YOUNG ARTIST WORKED IN KILDARE BARN

by ehistoryadmin on August 5, 2015

LEINSTER LEADER 11 August 1973

Young artist worked in Kildare barn

Opened recently in the Project Art Centre, South King St. Dublin, was an exhibition of paintings of Ian Sutherland, a young artist who has competed many of his extraordinary canvases in Co. Kildare.

Son of a Scots father and Donegal mother, 28-year-old Ian is much travelled. Born in Donegal his parents took him to the Argentine as a child where he became passionately interested in old Peruvian and Inca art. He attended art school in Lima before coming back to Ireland to be educated in Enniskillen and Trinity. A year of formal education in Trinity convinced him that his future lay in art, and he returned to Peru where he won a grant which gave him three years of study in the Hammersmith and Central School of Art, London.
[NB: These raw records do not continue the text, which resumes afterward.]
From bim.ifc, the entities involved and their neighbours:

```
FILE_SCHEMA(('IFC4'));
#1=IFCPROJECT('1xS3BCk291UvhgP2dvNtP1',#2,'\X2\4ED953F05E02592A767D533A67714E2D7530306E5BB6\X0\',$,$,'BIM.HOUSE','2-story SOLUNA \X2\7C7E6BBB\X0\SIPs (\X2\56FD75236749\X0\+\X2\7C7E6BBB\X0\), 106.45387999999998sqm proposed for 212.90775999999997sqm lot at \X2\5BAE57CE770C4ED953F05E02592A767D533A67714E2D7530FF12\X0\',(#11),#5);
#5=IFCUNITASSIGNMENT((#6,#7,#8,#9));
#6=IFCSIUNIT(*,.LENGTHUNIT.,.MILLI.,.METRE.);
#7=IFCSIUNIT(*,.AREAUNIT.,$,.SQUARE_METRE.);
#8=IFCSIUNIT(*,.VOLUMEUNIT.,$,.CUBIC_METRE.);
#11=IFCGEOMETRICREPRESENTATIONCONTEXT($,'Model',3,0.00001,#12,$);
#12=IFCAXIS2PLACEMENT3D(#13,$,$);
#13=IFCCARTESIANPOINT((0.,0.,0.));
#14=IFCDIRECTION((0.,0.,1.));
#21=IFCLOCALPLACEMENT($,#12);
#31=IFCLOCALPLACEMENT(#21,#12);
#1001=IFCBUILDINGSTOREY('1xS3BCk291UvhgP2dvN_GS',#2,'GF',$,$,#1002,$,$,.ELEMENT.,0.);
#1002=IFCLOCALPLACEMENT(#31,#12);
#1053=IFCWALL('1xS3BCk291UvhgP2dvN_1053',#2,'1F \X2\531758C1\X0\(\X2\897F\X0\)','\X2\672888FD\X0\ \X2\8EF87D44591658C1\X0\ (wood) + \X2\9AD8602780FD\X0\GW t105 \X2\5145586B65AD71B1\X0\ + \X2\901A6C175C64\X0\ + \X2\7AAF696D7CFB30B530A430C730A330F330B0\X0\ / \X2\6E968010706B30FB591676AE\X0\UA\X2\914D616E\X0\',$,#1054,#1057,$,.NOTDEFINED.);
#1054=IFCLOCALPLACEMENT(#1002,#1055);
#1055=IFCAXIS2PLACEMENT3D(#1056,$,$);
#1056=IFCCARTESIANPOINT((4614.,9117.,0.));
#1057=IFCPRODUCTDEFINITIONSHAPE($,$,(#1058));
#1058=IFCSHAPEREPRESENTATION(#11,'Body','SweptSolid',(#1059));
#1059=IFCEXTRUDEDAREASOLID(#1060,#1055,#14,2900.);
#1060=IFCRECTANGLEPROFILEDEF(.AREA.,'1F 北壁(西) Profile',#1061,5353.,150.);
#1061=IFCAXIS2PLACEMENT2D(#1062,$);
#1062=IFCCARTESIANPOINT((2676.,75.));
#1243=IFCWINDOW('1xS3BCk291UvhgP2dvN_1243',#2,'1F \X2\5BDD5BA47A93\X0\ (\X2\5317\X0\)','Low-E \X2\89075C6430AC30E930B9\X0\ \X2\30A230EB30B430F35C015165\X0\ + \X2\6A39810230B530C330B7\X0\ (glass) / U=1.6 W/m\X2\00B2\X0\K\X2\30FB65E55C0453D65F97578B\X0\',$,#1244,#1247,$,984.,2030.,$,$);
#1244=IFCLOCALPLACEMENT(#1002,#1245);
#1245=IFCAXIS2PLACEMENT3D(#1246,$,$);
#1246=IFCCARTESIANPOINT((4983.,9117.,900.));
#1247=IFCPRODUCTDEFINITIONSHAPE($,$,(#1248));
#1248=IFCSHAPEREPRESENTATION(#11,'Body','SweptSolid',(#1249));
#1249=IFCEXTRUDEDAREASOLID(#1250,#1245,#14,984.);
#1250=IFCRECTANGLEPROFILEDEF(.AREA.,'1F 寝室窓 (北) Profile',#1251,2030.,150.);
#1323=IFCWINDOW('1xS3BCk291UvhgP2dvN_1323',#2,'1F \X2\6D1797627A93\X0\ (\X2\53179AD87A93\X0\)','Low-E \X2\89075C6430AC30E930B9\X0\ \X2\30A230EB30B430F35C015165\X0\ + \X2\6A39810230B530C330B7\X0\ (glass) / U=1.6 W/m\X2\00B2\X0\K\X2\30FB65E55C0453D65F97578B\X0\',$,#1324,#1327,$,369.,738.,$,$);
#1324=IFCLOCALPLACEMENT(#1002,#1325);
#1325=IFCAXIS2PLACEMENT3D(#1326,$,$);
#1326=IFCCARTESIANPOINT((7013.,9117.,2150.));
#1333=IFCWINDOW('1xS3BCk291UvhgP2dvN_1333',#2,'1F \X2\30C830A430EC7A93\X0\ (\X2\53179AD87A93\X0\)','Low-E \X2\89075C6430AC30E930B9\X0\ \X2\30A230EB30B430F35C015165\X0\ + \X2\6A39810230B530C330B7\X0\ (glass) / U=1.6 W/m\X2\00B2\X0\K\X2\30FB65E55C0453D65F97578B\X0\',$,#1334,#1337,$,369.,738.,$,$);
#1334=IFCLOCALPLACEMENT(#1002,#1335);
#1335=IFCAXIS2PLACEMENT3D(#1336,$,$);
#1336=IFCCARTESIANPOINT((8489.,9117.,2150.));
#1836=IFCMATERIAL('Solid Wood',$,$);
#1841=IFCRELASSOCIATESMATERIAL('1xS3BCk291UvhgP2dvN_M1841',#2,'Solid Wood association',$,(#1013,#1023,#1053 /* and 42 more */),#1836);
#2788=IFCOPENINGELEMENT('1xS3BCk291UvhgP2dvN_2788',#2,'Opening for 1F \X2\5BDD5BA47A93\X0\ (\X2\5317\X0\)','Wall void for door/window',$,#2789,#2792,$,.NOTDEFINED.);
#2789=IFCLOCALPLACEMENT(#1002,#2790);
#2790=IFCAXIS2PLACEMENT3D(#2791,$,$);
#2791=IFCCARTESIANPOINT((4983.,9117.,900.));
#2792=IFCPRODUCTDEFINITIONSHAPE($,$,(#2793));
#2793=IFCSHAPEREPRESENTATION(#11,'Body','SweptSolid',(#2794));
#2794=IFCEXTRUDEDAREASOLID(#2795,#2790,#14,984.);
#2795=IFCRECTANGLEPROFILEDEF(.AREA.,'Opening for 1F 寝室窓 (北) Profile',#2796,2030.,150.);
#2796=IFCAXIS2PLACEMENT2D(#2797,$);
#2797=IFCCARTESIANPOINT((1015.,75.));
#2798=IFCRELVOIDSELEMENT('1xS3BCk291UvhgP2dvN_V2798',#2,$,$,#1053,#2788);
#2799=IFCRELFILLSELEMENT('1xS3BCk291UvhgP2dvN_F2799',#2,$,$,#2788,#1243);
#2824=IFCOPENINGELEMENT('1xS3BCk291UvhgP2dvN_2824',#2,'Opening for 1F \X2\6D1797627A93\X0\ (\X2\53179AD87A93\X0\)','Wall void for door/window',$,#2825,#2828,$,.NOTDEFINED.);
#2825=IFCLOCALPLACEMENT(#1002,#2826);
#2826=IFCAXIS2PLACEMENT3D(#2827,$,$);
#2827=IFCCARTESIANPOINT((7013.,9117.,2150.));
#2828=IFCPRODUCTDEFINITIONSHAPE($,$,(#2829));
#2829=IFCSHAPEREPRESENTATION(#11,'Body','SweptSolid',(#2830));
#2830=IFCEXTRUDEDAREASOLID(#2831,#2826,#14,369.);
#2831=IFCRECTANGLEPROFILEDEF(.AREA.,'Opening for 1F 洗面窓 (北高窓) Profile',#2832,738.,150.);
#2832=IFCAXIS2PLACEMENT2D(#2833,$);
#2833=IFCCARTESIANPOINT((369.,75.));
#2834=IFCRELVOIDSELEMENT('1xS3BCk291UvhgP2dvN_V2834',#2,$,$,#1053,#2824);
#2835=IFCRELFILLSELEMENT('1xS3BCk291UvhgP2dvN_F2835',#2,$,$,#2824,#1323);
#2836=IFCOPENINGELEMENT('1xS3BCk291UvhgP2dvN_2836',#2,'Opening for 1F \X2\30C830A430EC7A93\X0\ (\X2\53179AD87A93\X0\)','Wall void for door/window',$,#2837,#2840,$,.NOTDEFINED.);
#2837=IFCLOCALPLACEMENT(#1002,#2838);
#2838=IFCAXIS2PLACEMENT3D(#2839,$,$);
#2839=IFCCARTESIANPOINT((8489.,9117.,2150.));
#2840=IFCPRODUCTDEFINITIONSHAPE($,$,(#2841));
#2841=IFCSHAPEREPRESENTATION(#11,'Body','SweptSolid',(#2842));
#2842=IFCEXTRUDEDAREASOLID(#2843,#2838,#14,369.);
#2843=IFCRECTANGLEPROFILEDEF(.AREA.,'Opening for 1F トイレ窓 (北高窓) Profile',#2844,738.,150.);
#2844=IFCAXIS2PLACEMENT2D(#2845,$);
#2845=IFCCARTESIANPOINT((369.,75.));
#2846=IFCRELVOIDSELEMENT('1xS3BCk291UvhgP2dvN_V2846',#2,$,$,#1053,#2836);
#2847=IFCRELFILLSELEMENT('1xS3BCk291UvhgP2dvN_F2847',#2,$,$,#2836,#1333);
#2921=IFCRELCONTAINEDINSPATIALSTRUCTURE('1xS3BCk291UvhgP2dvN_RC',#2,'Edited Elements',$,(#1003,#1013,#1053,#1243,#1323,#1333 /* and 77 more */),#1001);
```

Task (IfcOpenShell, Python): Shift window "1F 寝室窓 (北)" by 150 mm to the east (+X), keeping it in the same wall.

```python
import ifcopenshell
import ifcopenshell.api.geometry
import ifcopenshell.util.placement
import ifcopenshell.util.unit

model = ifcopenshell.open("bim.ifc")
unit_scale = ifcopenshell.util.unit.calculate_unit_scale(model)

window = model.by_guid("1xS3BCk291UvhgP2dvN_1243")
opening = window.FillsVoids[0].RelatingOpeningElement
wall = opening.VoidsElements[0].RelatingBuildingElement

wall_matrix = ifcopenshell.util.placement.get_local_placement(wall.ObjectPlacement)
shift = wall_matrix[:3, 0] * 0.15 / unit_scale
before = ifcopenshell.util.placement.get_local_placement(window.ObjectPlacement)[:3, 3].copy()

# The window is not placed relative to its opening, so move both.
for product in (opening, window):
    matrix = ifcopenshell.util.placement.get_local_placement(product.ObjectPlacement)
    matrix[:3, 3] += shift
    ifcopenshell.api.geometry.edit_object_placement(model, product=product, matrix=matrix, is_si=False)

after = ifcopenshell.util.placement.get_local_placement(window.ObjectPlacement)[:3, 3]
print("window moved by", (after - before).round(3) + 0.0)

model.write("bim_rev.ifc")
```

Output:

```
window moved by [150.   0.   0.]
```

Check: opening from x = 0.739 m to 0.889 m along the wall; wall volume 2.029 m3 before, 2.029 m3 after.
Two years ago, he exhibited a painting, Bien Helada, in the Paris Salon de Realties, Nouveles.

Family ties brought him back to Ireland. An aunt is Lucy O’Brien, the artist in stained glass who did the magnificent high altar window in Athlone Cathedral. She is descended from the patriot, William O’Brien, who was transported to Tasmania.

A great walker – he walked the 50 miles from London to Cambridge in 17 hours – Ian Sutherland tramped around Connemara before coming to County Kildare. He is the guest of Mrs. G.P.A. Hickson, wife of an extensive farmer in Haggard, Carbury and herself an artist who studied under Mam’e Jellett and is a friend of Evie Hope.

Ian’s studio is a large room in the upper storey of a row of barns and outhouses. In this peaceful, rural farm he has completed works which are the very essence of 20th Century art, one might say. He paints his pictures in small squares, each covered over until he completes the preceding one. Each of his dozen or more paintings represents up to 20 hours work, mostly executed at night and into the early morning hours.

Says the young artist; “I am trying to paint life as it is now and each painting is related to some part of the modern phenomena – modern music by the Rolling Stones, advertising in all its garnishes, scribbling on walls, children singing, modern machinery…”

When the exhibition is over Ian plans to walk the 376 miles from Mizzen Head to Malen Head and hopes to do it in 8 days.